Upon successful setup, you can access the **DataLoom** interface by opening your browser and navigating to `http://localhost:3000`. The application will allow you to:

- Upload tabular datasets in CSV or Excel formats.
- Perform a variety of data wrangling operations, including data cleaning, transformation, and enrichment.
- Visualize the dataset's structure and apply advanced filters with just a few clicks.

The GUI is designed to make data manipulation accessible for non-technical users while still offering advanced features for more experienced users. The backend handles the heavy lifting, ensuring the frontend remains responsive and easy to navigate.

## Contributing

We welcome contributions from the open-source community.
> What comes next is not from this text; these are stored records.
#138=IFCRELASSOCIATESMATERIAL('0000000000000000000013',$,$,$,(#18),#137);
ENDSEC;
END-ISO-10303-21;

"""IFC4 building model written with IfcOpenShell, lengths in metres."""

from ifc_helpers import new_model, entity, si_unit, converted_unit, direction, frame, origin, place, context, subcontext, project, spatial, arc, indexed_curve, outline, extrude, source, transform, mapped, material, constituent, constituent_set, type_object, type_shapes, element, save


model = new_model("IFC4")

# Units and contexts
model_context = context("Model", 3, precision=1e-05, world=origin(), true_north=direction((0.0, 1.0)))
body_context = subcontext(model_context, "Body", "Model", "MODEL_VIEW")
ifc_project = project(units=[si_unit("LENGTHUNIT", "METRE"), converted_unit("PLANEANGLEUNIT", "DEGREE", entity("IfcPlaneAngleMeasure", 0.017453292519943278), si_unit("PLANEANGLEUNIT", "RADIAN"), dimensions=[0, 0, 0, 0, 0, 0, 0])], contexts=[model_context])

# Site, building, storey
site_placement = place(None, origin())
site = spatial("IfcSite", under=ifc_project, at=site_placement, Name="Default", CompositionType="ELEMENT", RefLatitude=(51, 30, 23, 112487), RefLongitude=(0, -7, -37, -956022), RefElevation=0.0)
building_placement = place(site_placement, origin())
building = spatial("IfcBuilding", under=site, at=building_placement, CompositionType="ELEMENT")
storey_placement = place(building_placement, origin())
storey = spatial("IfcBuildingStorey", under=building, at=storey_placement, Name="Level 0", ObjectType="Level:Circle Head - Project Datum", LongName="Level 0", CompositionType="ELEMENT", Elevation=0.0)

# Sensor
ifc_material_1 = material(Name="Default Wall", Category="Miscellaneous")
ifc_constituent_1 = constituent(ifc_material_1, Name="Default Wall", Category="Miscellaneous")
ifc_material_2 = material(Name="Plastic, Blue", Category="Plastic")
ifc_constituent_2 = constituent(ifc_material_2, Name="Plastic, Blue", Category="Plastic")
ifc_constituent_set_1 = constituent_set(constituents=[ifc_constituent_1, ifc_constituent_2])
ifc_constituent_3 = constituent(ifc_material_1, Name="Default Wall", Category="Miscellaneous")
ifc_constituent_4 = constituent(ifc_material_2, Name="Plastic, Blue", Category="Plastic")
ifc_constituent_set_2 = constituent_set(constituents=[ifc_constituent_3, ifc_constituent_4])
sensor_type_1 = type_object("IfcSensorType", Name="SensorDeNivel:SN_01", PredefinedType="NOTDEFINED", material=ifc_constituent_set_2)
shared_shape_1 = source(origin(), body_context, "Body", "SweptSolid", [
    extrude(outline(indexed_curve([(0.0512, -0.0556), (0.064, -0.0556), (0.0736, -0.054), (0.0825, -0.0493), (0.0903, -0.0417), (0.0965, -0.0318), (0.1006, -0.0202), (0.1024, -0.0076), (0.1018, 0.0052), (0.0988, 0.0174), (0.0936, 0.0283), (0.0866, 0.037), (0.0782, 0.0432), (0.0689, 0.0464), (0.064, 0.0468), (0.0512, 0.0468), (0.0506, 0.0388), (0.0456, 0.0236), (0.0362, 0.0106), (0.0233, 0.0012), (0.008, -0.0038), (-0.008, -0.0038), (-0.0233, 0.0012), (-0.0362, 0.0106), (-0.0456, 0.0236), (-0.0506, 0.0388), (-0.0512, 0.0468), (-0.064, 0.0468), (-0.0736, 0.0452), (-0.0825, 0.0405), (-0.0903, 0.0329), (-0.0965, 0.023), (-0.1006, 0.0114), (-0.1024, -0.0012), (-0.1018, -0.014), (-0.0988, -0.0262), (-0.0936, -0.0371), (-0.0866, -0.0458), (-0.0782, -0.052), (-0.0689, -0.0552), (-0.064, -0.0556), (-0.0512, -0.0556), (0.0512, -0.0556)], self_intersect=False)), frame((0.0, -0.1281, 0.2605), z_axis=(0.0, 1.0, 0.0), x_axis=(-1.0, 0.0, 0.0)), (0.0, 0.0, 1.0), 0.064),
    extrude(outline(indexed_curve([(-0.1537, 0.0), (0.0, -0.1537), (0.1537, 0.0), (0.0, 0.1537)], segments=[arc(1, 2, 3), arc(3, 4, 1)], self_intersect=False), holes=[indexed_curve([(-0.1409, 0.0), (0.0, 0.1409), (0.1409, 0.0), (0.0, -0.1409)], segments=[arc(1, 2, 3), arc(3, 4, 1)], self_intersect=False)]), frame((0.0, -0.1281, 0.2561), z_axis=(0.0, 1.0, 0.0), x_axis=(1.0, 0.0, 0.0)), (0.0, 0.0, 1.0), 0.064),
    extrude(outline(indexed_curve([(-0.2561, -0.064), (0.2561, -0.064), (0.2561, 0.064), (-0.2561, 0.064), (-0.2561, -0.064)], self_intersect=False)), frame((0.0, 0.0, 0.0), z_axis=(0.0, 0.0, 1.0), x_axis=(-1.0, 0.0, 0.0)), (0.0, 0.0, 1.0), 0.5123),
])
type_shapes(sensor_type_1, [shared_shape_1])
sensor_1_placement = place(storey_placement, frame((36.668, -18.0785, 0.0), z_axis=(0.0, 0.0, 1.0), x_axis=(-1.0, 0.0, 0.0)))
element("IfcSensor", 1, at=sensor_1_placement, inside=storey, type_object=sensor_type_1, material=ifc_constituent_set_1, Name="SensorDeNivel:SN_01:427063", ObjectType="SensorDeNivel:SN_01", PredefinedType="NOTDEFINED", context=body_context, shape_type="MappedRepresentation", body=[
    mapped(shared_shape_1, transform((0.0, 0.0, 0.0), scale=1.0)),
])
If you'd like to contribute to **DataLoom**, please follow these steps:

1. **Fork the repository**: Create a personal copy of the repository.
2. **Create a new branch**: For any new features or bug fixes, create a new branch from `main`.
3. **Make your changes**: Implement your changes, ensuring they align with the project's coding standards.
4. **Commit your changes**: Write clear, concise commit messages to describe your changes.
5. **Push your changes**: Push your changes to your forked repository.
6. **Create a pull request**: Open a pull request (PR) from your branch to the main repository.

Please ensure your contributions are well-documented and include relevant tests if applicable.

## License

**DataLoom** is licensed under the Apache License 2.0. You can view the full license details in the [LICENSE](LICENSE) file.

## Acknowledgments

We would like to express our gratitude to the open-source community and all contributors who have made **DataLoom** possible. This project would not be the same without your support and expertise.

We also extend special thanks to the developers and researchers behind the underlying libraries and technologies, including **FastAPI**, **React.js**, and **Python Pandas**, which power the data wrangling and user interface functionalities.